SQL Server 2019 Big Data Cluster

You can run Transformer pipelines using Spark deployed on SQL Server 2019 Big Data Cluster (BDC). Transformer supports SQL Server 2019 Cumulative Update 4 or later. SQL Server 2019 BDC uses Apache Livy to submit Spark jobs.

To run a pipeline on SQL Server 2019 BDC, configure the pipeline to use SQL Server 2019 BDC as the cluster manager type on the Cluster tab of pipeline properties.
Important: The SQL Server 2019 BDC cluster must be able to access Transformer to send the status, metrics, and offsets for running pipelines. Grant the cluster access to the Transformer URL, as described in the installation instructionsGranting the Spark Cluster Access to Transformer.

You specify the Livy endpoint, as well as the user name and password to access the cluster through the endpoint. When you start the pipeline, Transformer uses these credentials to launch the Spark application.

You also define the staging directory within the cluster to store the StreamSets libraries and resources needed to run the pipeline.

Important: Due to an unresolved SQL Server 2019 BDC issue, you must complete the following task before running a pipeline. On the SQL Server 2019 BDC cluster, remove the mssql-mleap-lib-assembly-1.0.jar file from the following HDFS ZIP file: /system/spark/spark_libs.zip. This issue should be fixed in the next SQL Server 2019 BDC release.

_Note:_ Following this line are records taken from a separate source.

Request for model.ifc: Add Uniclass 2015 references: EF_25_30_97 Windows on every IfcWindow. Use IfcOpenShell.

First a look at what the model holds.

```python
import ifcopenshell

model = ifcopenshell.open("model.ifc")
print(model.schema)
print("classifications:", [c.Name for c in model.by_type("IfcClassification")])
for ifc_class in ("IfcDoor", "IfcRoof", "IfcStair", "IfcWall", "IfcWindow"):
    print(ifc_class, len(model.by_type(ifc_class)))
```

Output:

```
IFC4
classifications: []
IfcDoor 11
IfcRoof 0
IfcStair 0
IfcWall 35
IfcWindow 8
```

```python
import ifcopenshell
import ifcopenshell.api.classification

model = ifcopenshell.open("model.ifc")

system = ifcopenshell.api.classification.add_classification(model, classification="Uniclass 2015")

codes = {
    "IfcWindow": ("EF_25_30_97", "Windows"),
}
for ifc_class, (code, name) in codes.items():
    products = model.by_type(ifc_class)
    ifcopenshell.api.classification.add_reference(
        model, products=products, classification=system, identification=code, name=name
    )
    print(code, len(products))

model.write("model-out.ifc")
```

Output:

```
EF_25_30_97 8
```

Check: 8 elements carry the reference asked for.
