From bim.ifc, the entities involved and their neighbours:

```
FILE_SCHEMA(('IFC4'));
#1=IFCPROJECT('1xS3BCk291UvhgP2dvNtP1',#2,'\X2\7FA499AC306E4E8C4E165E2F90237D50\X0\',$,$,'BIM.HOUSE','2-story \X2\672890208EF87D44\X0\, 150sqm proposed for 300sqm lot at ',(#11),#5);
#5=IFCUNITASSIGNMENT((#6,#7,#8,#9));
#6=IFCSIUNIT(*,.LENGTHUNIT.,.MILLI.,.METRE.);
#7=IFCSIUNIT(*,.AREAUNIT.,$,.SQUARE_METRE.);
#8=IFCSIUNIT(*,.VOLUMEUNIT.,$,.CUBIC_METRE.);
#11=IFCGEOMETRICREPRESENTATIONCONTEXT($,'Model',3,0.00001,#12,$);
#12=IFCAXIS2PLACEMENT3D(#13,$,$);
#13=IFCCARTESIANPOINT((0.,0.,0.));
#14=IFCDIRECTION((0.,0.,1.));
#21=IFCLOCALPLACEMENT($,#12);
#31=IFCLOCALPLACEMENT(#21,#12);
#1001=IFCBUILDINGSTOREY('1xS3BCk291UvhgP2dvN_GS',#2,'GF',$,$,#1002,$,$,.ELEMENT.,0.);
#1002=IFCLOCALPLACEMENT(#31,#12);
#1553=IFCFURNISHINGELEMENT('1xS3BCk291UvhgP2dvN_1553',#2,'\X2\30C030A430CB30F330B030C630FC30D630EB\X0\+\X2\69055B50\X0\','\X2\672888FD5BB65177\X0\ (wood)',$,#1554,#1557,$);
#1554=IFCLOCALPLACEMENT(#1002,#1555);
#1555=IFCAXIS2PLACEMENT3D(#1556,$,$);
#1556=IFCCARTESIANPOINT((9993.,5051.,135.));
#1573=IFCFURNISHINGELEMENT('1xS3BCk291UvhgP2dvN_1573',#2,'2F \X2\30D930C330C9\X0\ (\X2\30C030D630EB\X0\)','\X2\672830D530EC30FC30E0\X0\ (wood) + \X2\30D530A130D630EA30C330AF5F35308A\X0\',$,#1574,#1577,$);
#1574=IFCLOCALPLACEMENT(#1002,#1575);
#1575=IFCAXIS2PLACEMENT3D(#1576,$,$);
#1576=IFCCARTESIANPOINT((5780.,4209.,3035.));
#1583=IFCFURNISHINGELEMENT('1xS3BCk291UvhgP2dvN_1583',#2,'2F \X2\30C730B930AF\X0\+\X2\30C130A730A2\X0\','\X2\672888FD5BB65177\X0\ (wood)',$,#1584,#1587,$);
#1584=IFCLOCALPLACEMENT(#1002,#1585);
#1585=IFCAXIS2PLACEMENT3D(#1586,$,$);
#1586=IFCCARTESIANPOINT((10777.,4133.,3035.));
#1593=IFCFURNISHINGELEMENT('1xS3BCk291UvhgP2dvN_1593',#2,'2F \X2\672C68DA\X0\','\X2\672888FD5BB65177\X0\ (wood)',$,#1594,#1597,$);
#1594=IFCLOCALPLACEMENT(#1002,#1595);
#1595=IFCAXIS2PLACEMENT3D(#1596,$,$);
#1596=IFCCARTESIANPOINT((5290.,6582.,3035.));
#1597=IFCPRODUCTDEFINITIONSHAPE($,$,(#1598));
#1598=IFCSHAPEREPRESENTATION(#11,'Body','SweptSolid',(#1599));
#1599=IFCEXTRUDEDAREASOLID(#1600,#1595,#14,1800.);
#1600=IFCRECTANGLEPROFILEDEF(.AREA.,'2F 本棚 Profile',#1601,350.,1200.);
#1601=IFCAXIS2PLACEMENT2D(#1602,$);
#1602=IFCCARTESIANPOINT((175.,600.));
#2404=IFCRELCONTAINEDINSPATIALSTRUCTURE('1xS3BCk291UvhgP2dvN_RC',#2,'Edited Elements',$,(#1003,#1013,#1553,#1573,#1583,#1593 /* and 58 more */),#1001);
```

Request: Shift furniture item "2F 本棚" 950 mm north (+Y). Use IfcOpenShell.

```python
import ifcopenshell
import ifcopenshell.api.geometry
import ifcopenshell.util.placement

model = ifcopenshell.open("bim.ifc")

item = model.by_id(1593)
matrix = ifcopenshell.util.placement.get_local_placement(item.ObjectPlacement)
matrix[1, 3] += 950.0
ifcopenshell.api.geometry.edit_object_placement(model, product=item, matrix=matrix, is_si=False)

print(ifcopenshell.util.placement.get_local_placement(item.ObjectPlacement).round(3) + 0.0)

model.write("bim_v2.ifc")
```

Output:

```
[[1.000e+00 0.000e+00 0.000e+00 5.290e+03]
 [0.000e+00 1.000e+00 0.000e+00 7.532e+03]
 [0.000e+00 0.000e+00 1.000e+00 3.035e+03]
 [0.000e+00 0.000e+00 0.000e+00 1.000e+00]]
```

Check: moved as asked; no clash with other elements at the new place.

The following image displays a pipeline configured to run using Spark deployed on SQL Server 2019 BDC at the specified Livy endpoint:

Note: The first time that you run a pipeline on SQL Server 2019 BDC, it can take 5-10 minutes for the pipeline to start. This occurs because Transformer must deploy Transformer files across the cluster. This should only occur the first time that you run a Transformer pipeline on the cluster.

StreamSets provides a quick start deployment script that enables you to easily try using SQL Server 2019 BDC as a cluster manager for Transformer pipelines without additional configuration. For example, you might use the script to try using SQL Server 2019 BDC as a cluster manager but aren't ready to upgrade to Transformer 3.13.x or later.